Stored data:
○ ○ ○

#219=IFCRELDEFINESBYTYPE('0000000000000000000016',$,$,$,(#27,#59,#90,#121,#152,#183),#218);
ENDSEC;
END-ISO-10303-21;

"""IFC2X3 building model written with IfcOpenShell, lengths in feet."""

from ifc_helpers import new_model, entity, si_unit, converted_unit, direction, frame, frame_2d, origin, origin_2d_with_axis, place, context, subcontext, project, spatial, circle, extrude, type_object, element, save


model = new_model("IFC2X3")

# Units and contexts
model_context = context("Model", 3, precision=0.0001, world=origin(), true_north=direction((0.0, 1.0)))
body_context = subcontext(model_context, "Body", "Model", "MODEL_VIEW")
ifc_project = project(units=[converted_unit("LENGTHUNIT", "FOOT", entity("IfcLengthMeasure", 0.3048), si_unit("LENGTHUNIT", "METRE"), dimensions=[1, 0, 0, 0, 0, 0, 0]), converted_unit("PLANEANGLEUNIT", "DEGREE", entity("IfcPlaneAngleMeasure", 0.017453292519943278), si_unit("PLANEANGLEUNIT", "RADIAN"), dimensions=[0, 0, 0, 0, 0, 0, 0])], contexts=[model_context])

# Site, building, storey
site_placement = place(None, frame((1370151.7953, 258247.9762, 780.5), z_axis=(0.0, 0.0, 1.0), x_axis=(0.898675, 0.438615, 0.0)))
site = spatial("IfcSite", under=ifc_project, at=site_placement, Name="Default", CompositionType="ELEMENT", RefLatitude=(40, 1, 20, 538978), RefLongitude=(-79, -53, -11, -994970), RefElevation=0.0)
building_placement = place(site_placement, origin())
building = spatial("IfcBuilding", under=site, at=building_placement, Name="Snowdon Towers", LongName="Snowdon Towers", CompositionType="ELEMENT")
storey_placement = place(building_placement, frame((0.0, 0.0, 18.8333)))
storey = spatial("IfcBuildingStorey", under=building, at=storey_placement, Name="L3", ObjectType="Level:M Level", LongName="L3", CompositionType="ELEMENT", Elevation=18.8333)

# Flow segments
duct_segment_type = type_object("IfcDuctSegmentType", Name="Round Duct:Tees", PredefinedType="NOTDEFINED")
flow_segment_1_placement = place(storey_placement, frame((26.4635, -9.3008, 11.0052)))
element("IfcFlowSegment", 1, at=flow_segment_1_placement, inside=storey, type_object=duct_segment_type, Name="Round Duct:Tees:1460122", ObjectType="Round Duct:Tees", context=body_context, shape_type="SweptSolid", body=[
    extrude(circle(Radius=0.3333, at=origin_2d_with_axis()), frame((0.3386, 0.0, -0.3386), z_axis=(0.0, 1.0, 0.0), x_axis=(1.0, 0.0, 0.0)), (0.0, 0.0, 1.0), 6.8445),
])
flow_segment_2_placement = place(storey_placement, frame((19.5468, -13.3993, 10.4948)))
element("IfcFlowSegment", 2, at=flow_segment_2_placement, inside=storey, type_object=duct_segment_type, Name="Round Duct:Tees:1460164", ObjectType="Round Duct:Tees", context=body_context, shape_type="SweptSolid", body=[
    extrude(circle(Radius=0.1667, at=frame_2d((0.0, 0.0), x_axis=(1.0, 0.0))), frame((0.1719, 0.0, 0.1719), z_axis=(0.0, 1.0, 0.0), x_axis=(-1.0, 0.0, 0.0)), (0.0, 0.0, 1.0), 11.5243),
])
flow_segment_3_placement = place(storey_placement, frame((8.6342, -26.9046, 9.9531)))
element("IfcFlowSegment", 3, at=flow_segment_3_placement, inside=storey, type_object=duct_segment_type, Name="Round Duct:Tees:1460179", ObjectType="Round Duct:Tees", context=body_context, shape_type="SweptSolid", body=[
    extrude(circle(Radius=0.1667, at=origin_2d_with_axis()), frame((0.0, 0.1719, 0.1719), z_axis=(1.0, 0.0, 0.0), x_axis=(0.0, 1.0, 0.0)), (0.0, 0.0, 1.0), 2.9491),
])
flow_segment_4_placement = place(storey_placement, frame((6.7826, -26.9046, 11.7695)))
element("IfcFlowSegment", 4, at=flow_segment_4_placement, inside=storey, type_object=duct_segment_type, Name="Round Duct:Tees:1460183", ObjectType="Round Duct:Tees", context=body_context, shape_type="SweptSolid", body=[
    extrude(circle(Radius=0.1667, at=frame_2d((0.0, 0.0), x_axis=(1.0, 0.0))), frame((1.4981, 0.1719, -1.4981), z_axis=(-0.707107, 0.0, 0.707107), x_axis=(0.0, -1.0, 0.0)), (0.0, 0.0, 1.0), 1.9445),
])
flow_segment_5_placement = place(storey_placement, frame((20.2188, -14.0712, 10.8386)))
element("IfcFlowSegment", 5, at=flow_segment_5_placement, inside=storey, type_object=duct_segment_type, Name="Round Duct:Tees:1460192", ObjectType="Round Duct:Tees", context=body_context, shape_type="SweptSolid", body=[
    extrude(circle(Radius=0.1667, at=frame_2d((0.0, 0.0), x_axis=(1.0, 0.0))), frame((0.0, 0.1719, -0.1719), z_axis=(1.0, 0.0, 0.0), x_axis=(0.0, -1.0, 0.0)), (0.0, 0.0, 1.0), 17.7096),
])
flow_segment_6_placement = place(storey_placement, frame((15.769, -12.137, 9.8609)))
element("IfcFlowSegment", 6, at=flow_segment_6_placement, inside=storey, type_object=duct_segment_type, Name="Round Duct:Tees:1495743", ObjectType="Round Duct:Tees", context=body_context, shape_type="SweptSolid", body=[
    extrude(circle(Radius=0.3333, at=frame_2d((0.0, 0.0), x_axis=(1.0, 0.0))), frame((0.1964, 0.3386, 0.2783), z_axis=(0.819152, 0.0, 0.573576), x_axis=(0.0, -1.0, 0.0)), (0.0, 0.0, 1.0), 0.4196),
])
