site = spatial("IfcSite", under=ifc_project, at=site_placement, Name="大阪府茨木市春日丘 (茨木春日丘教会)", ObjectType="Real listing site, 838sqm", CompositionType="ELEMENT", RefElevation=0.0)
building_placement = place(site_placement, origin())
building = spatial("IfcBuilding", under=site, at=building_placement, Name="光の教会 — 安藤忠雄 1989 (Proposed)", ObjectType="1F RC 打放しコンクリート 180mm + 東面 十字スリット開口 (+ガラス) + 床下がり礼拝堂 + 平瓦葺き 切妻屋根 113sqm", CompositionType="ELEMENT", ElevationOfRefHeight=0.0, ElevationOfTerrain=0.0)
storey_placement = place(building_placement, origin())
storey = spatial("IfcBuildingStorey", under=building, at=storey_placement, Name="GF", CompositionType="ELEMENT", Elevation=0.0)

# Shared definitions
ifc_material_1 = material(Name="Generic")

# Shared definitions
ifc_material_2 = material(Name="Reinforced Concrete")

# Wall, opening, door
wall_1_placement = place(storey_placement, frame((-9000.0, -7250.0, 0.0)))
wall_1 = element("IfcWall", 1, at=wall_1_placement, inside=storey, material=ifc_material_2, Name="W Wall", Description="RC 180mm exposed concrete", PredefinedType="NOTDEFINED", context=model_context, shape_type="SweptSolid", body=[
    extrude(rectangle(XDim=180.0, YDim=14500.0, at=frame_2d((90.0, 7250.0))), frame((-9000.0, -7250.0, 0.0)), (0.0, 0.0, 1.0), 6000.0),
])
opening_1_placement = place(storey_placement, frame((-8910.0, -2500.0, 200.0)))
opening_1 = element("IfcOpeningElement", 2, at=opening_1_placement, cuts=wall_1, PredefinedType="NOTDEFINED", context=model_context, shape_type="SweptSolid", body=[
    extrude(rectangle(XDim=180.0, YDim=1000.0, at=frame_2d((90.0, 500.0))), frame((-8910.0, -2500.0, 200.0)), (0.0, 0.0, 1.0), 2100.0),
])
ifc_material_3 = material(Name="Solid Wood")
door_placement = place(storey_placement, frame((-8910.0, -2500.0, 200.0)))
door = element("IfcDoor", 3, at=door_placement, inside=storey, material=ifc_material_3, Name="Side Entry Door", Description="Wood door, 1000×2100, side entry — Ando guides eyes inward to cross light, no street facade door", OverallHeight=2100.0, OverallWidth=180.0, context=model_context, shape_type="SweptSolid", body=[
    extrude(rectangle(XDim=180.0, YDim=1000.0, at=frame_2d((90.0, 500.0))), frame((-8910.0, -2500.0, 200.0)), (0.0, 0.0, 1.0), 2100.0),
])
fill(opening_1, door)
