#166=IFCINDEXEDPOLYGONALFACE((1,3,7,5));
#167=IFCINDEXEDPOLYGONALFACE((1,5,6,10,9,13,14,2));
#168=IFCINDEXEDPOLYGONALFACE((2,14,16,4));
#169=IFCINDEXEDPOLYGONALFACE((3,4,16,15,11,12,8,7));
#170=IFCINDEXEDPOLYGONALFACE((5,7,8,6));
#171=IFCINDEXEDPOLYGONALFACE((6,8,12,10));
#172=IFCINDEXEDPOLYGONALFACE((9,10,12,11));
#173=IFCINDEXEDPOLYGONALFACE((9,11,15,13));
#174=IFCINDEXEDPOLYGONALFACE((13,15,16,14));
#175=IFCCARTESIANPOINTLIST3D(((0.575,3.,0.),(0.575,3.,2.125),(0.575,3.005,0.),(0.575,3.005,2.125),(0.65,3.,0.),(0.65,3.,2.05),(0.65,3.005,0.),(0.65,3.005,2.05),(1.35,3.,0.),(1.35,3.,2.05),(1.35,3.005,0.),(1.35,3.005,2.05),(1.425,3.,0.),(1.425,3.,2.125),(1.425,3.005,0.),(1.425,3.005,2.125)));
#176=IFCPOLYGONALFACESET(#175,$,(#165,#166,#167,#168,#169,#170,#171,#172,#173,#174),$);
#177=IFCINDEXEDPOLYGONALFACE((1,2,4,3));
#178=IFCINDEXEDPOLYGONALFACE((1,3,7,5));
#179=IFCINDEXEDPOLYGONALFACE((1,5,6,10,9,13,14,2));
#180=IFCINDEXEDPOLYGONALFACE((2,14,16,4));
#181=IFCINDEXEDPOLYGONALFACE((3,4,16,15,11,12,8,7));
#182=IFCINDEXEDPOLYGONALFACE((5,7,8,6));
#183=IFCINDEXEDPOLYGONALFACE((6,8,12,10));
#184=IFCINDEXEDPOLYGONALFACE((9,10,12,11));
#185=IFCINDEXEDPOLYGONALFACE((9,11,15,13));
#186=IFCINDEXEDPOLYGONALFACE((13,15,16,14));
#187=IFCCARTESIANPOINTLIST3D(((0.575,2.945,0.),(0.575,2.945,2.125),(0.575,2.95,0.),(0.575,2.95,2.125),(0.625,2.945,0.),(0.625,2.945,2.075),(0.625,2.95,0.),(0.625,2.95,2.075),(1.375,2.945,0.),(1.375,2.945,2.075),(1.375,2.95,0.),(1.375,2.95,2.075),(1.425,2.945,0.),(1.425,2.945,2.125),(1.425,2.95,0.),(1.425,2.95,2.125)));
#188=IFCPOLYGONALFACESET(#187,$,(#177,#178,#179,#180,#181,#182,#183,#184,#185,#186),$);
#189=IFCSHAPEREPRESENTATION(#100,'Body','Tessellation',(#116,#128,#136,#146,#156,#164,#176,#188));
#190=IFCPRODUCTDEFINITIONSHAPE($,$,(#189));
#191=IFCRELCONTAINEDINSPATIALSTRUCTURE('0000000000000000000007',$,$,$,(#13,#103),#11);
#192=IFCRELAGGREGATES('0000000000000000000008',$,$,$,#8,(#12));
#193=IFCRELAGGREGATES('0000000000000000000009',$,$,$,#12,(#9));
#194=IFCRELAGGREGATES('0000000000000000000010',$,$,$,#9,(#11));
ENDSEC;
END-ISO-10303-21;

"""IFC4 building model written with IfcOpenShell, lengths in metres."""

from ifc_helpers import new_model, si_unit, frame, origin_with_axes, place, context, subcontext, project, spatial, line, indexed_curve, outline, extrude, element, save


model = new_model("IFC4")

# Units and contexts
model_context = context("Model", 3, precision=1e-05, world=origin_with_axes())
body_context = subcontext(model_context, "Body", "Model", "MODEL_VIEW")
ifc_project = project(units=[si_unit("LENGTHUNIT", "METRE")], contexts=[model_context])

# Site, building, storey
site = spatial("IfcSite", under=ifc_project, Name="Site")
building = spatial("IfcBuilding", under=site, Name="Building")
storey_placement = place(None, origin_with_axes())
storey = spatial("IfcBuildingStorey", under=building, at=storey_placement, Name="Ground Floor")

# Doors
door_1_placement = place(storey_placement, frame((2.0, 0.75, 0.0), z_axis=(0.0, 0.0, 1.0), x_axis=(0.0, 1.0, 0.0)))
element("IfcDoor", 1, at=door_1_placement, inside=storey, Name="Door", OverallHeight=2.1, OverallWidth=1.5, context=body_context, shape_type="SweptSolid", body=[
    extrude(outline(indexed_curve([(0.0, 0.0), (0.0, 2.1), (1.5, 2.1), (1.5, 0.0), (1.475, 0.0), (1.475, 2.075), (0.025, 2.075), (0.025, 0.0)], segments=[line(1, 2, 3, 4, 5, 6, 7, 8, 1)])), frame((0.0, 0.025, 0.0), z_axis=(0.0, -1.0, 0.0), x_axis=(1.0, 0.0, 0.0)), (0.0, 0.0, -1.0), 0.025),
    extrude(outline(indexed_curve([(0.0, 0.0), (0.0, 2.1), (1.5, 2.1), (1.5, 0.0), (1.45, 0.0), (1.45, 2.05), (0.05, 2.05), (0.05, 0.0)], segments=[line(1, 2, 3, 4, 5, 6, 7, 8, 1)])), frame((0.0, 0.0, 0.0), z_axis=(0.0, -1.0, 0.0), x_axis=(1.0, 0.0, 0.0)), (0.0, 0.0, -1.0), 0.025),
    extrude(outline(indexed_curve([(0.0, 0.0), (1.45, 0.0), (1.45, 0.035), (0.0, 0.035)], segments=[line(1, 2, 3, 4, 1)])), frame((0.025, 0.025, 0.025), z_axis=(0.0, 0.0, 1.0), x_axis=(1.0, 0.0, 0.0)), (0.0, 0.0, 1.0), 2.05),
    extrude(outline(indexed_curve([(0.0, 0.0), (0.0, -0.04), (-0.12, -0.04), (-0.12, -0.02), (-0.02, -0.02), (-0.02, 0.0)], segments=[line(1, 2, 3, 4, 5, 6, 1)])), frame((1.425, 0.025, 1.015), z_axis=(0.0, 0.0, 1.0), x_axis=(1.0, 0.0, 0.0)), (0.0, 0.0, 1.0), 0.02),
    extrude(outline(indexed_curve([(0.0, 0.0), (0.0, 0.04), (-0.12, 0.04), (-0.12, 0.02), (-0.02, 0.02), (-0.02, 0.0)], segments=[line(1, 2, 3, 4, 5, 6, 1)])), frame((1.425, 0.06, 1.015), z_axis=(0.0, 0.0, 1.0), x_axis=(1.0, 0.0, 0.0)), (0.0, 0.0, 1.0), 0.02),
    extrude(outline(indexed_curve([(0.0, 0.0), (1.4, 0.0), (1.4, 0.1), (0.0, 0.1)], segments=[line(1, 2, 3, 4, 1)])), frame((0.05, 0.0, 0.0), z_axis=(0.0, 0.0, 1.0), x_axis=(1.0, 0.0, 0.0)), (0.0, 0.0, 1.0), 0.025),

○ ○ ○

Scan the data above and copy every line with "LENGTHUNIT" in it.

ifc_project = project(units=[converted_unit("LENGTHUNIT", "FOOT", entity("IfcLengthMeasure", 0.3048), si_unit("LENGTHUNIT", "METRE"), dimensions=[1, 0, 0, 0, 0, 0, 0]), converted_unit("PLANEANGLEUNIT", "DEGREE", entity("IfcPlaneAngleMeasure", 0.017453292519943278), si_unit("PLANEANGLEUNIT", "RADIAN"), dimensions=[0, 0, 0, 0, 0, 0, 0])], contexts=[model_context])
ifc_project = project(units=[si_unit("LENGTHUNIT", "METRE")], contexts=[model_context])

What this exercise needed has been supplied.